Габриель Гото закрыл глаза и повернулся к Лаккадивскому морю. Ветер трепал его длинные волосы и раздувал кимоно, словно цветной парус.

– Когда я мальчиком смотрел, как отец рисует побережье у Ниигаты, он вновь и вновь повторял, что в Японию нам теперь путь заказан и места эти мне суждено увидеть лишь на бумаге. И большую часть жизни я верил, что так оно и есть. Однако позволь рассказать, как я стоял в соборе Святого Петра, дожидаясь очереди поцеловать перстень его святейшества. Я смотрел на потолок, великолепно расписанный художником по имени Микеланджело. Ни в латыни, ни в английском, ни в японском нет слов, чтобы описать величие этих фресок. Потому-то они и там, что порою живопись говорит больше слов. В одном месте Небесный Отец тянется пальцем к Адаму, чья рука простёрта вверх вот так. Между пальцами Отца и Сына есть промежуток. И что-то промелькнуло в нём, что-то неуловимое, что-то такое, чего не в силах изобразить даже Микеланджело. Оно передалось от Отца к Сыну, и Сын пробудился, исполнился сознания и цели. Когда я увидел это в соборе Святого Петра, озарение настигло меня, преодолев разделяющий нас с отцом промежуток в годы и мили. Впервые я понял, что хотя словами он запрещал мне возвращаться в Японию, рисунками он говорил, что я должен вернуться, – и теми же рисунками давал мне средство в неё попасть.
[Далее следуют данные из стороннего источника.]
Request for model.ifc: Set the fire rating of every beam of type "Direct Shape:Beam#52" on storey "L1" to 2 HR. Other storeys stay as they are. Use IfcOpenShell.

First a look at what the model holds.

```python
import ifcopenshell
import ifcopenshell.util.element

model = ifcopenshell.open("model.ifc")
print(model.schema)
storey = next(s for s in model.by_type("IfcBuildingStorey") if s.Name == "L1")
beams = [e for e in ifcopenshell.util.element.get_decomposition(storey) if e.is_a("IfcBeam")]
seen = {}
for e in beams:
    element_type = ifcopenshell.util.element.get_type(e)
    key = (element_type.Name if element_type != e and element_type else None, ifcopenshell.util.element.get_pset(e, "Pset_BeamCommon", "FireRating"))
    seen[key] = seen.get(key, 0) + 1
for (name, value), count in sorted(seen.items(), key=str):
    print(count, "x", name, "|", value)
```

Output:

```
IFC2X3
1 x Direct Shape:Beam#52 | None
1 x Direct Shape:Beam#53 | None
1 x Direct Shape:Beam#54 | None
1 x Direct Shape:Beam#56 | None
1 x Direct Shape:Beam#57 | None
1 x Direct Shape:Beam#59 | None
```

```python
import ifcopenshell
import ifcopenshell.api.pset
import ifcopenshell.util.element

model = ifcopenshell.open("model.ifc")

storey = next(s for s in model.by_type("IfcBuildingStorey") if s.Name == "L1")
beams = [e for e in ifcopenshell.util.element.get_decomposition(storey) if e.is_a("IfcBeam")]

count = 0
for e in beams:
    element_type = ifcopenshell.util.element.get_type(e)
    if element_type in (None, e) or element_type.Name != "Direct Shape:Beam#52":
        continue
    # add_pset returns the element's existing set when there is one.
    pset = ifcopenshell.api.pset.add_pset(model, product=e, name="Pset_BeamCommon")
    ifcopenshell.api.pset.edit_pset(model, pset=pset, properties={"FireRating": "2 HR"})
    count += 1

print(count, "beams updated")

model.write("model_updated.ifc")
```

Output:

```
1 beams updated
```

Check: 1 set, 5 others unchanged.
– Ты хочешь сказать, что «Сто семь видов побережья на пути к городу Ниигата» – своего рода лоции, чтобы ты смог вернуться.

– Это лучше, чем лоция, – произнес отец Габриель Гото, член Общества Иисуса. – Это – живая память.


Полгорода бросило потешное сражение, чтобы вкатить мачту на берег. Вскоре привели и трёх слонов. В подзорную трубу (которая до того, как попасть к королеве пиратов, наверняка принадлежала какому-нибудь португальскому капитану) Джек видел, как его сыновья – полуголые и покрытые синяками – вместе с молодыми найярами вытаскивают мачту на берег. Затем её, увитую гирляндами цветов и утыканную ароматическими свечами, торжественно пронесли по городу и уложили на центральной площади, где немедленно начался праздник. В прежние времена Джек был бы в центре веселья, а сейчас, предоставив сыновьям развлекаться за него, весь вечер проговорил о делах с Енохом и другими сообщниками.

На следующее утро весь город спал, за исключением сторожей и уборщиков-неприкасаемых. Джек думал, что сыновья завалились где-нибудь под пальмой, но, сколько ни ходил, не смог их найти. Начался отлив, с кораблей окликали его по имени. Джек поднялся в крепость, намереваясь разбудить мсье Арланка и попросить, чтобы тот попозже отыскал Джимми с Дэнни. Однако по пути к комнате гугенота он уловил вулканические эманации из королевиной спальни и, движимый любопытством, свернул в ту сторону. У косяка стояли не один, а два комплекта оружия: европейские мушкеты и абордажные сабли. Глухие стоны и бормотания из-за двери убедили Джека, что ребята отыскали-таки пресловутые восточные излишества, хотя чем они отличаются от западных, сказать было трудно. Ну что ж, пусть живут своей жизнью, а Джека звала своя.

Два судна покинули с отливом гавань королевы Коттаккал и сразу повернули в разные стороны. То, на котором был Джек, держало путь на юг, к мысу Кумари, чтобы оттуда двинуться на север, через какой-нибудь из проходов в Адамовом мосту – цепочке рифов и островков между материком и островом Серендип. Дальше было уже рукой подать до того места, где на побережье у Даликота строился корабль сообщников. Вообще-то капитан собирался грабить торговые корабли у голландских поселений Тегнапатам и Негапатам, а также у английских Транкебара и Форт-Сент-Дэвид, но согласился высадить Джека чуть севернее, в его джагире. Енох Роот тем временем плыл на другом судне в Сурат, где ждал его торговец-датчанин, доставивший пушки в качестве балласта и теперь торопившийся загрузить вместо них селитру и ткань.